--- RECORDED DATA ---
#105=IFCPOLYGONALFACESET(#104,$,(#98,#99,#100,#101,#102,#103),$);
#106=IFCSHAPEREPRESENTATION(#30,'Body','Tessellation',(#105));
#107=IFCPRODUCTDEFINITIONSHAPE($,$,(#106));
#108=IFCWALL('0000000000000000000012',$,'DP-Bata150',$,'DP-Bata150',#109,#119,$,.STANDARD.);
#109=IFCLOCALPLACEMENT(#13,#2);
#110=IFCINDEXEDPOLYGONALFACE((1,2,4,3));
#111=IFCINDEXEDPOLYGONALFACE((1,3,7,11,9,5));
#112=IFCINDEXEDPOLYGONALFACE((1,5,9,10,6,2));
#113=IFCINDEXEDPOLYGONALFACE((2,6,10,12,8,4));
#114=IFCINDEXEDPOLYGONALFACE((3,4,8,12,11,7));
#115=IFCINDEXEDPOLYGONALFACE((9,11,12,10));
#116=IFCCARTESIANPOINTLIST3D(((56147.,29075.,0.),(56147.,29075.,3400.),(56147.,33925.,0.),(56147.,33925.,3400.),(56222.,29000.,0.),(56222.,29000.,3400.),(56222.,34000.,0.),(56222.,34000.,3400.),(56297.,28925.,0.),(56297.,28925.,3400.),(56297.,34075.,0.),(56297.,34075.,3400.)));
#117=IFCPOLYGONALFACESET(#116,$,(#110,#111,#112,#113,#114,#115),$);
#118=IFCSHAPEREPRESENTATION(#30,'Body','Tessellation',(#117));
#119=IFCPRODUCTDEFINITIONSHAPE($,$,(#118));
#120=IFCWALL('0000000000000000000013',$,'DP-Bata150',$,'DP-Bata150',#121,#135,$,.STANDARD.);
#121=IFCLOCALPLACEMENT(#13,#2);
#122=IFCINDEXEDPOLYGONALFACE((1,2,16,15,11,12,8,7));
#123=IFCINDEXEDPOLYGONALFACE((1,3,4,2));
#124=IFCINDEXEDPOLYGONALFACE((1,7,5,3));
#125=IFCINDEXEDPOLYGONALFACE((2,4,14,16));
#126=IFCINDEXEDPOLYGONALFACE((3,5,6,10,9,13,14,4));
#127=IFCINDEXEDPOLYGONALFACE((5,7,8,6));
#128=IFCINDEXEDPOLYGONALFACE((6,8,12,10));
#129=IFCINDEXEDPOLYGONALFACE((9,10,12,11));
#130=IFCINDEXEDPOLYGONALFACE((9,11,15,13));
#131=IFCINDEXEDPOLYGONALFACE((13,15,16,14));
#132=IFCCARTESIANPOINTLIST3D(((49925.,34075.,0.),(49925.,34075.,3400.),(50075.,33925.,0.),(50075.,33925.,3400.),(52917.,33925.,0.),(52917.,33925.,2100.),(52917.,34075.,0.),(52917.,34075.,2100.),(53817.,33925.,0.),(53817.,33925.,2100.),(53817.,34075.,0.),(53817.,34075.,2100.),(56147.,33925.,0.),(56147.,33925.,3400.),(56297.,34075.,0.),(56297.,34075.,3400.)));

--- EXERCISE OBJECTIVE ---
Show each line of the material above where "IFCPRODUCTDEFINITIONSHAPE" occurs.

--- RESULT ---
#107=IFCPRODUCTDEFINITIONSHAPE($,$,(#106));
#119=IFCPRODUCTDEFINITIONSHAPE($,$,(#118));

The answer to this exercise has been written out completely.